My article below was published in the 17 March edition of the South China Morning Post:

P1050083

To solve the many specific cross-border legal issues affecting the people of Hong Kong and the rule of law in  the special administrative region, an independent and non-partisan advisory committee on cross-boundary legal issues should be established.

The committee, which ideally would draw its membership from current or retired senior members of the legal profession,  would provide policy guidance to a working group drawn from the legal community. The idea would be to draw together people familiar with  the Hong Kong and mainland legal systems.  They would work together to propose options for practical solutions to problems involving  complex legal issues.

These problems could be issues in the news, such as parallel trading, and other serious problems not in the news such as cross-boundary pollution, criminal justice or domestic violence. The members of the working group must be able to reach out to those with the right expertise or background, regardless of political views.

One example of an important issue not in the news is domestic violence. Grenville Cross SC has recently written about the need for improving Hong Kong domestic law on this front.  I have  written about domestic violence on the mainland, highlighting new guidance by the Supreme People’s Court and others for dealing with this serious social problem.  Hong Kong social trends, such as cross-border marriages and Hong Kong elderly people settling on the mainland, mean that cross-border domestic violence is  an unrecognised problem.
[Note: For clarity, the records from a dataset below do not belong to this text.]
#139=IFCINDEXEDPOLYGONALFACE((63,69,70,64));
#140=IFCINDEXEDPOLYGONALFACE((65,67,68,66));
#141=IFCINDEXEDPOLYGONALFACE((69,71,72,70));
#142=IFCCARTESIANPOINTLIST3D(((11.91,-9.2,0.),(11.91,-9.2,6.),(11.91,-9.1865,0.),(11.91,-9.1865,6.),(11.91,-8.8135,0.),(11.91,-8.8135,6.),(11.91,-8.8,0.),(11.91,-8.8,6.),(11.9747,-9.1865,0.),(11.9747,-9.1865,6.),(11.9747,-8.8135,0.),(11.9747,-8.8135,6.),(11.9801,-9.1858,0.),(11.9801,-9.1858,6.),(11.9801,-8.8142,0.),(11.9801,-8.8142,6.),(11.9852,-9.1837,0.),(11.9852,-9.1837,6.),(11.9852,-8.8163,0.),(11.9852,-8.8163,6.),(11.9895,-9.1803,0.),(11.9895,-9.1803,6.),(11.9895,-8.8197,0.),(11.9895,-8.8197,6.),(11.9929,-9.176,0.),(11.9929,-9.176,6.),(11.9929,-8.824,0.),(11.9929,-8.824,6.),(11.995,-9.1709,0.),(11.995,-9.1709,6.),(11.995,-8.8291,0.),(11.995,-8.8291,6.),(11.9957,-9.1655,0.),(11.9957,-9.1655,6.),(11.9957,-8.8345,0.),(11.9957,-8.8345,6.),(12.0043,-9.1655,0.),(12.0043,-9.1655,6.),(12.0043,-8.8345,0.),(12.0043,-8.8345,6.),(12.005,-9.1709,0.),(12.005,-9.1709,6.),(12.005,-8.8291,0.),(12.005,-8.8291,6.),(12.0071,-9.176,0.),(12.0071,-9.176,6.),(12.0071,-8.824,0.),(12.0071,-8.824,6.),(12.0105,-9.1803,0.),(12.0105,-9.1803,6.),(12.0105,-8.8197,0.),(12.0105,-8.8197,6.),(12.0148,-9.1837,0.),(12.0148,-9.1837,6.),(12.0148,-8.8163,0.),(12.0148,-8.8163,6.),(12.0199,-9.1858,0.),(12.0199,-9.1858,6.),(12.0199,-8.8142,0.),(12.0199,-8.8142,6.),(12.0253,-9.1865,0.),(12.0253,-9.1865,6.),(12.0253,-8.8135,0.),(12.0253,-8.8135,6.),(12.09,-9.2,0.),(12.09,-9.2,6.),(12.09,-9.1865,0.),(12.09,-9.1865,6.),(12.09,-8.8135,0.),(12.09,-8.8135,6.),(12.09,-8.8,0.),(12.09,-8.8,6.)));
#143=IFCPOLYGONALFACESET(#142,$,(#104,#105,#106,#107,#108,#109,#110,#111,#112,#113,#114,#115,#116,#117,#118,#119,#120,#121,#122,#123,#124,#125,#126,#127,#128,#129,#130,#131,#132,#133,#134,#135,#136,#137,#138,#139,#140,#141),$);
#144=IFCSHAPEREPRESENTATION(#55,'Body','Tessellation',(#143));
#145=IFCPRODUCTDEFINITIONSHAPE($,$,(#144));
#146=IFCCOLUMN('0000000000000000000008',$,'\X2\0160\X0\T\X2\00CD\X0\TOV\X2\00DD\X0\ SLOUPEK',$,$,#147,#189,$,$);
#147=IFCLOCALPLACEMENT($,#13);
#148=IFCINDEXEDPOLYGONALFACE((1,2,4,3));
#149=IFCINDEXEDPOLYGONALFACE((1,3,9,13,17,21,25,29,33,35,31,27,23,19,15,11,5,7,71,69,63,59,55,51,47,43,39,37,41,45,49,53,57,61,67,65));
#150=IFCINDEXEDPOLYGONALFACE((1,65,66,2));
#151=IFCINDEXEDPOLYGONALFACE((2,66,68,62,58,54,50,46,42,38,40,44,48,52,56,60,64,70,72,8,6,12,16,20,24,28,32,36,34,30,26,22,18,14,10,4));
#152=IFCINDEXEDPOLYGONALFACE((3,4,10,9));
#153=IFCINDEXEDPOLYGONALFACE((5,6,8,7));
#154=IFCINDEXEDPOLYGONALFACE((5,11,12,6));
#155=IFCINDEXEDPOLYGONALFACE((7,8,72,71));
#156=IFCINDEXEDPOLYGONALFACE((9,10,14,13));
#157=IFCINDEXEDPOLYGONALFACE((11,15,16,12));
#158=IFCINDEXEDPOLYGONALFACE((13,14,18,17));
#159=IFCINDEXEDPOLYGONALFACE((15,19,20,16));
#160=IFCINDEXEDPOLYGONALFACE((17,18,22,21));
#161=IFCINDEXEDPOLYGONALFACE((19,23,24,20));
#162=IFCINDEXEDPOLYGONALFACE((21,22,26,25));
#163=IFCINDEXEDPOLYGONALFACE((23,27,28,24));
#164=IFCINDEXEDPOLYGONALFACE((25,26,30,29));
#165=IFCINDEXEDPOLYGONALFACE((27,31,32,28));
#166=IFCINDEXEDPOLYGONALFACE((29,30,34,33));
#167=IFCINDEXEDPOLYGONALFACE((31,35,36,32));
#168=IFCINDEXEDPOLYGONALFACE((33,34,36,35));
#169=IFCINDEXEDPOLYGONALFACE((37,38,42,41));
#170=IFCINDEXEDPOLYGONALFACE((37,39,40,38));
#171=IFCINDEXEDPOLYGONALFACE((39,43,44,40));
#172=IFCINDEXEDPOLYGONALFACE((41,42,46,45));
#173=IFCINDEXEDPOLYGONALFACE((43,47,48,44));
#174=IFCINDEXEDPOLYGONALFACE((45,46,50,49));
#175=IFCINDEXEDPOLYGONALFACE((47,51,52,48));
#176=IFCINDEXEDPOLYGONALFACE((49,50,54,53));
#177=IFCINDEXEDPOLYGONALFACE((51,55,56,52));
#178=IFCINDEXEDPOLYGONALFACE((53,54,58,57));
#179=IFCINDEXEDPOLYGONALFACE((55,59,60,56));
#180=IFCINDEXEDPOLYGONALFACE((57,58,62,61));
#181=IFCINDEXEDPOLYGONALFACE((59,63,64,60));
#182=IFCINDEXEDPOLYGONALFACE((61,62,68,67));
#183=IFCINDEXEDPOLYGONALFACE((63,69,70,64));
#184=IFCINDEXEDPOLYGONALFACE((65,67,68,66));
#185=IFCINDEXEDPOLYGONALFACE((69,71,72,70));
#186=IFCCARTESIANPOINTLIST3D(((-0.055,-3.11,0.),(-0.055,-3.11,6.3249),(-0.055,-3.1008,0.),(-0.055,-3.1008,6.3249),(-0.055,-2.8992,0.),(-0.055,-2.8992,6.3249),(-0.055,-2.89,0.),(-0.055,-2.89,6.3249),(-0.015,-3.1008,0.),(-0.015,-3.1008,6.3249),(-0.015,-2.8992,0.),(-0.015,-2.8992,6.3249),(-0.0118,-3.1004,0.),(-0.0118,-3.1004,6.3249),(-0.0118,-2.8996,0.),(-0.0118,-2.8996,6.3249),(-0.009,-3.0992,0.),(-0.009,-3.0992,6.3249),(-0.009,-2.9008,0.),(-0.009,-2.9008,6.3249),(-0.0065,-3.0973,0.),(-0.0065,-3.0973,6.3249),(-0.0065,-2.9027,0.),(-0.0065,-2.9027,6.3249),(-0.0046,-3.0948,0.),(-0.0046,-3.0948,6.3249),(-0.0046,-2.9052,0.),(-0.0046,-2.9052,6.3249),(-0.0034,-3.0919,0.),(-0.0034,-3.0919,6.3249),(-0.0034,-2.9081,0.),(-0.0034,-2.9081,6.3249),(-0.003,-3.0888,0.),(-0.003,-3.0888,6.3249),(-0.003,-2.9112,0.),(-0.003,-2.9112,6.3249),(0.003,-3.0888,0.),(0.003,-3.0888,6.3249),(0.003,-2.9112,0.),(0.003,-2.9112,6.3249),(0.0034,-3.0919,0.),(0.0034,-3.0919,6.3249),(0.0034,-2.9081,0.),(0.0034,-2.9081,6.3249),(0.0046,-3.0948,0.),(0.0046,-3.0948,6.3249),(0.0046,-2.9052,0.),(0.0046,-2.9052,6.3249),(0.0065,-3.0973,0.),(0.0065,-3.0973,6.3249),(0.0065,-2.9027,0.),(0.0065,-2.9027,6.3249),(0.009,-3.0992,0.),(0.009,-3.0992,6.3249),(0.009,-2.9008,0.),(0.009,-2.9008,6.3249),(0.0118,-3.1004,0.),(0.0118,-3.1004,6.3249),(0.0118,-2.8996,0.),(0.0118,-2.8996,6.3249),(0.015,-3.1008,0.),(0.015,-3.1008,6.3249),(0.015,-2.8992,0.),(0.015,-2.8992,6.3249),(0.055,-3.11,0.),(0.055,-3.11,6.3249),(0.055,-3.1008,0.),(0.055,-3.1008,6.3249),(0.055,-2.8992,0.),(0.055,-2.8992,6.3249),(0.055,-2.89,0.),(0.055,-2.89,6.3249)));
Another issue concerns cross-border cooperation in criminal matters. The South China Morning Post reported last  autumn that the Supreme People’s Procuratorate had announced that it would focus on establishing ways to bring suspects home, including extradition and repatriation, with Hong Kong as the first target.  If the government is being asked to conclude a rendition agreement or criminal law judicial assistance arrangement, this touches on a broad range of legal issues for individuals, companies and other organisations.

A Hong Kong foundation  can consider investing some resources to fund the necessary research and analysis on which the advisory committee will need to rely. Such  foundations have been generous in funding research on law and Chinese studies in universities elsewhere.  The proposed advisory committee and working group are intended to provide practical results and are sure to provide value for money.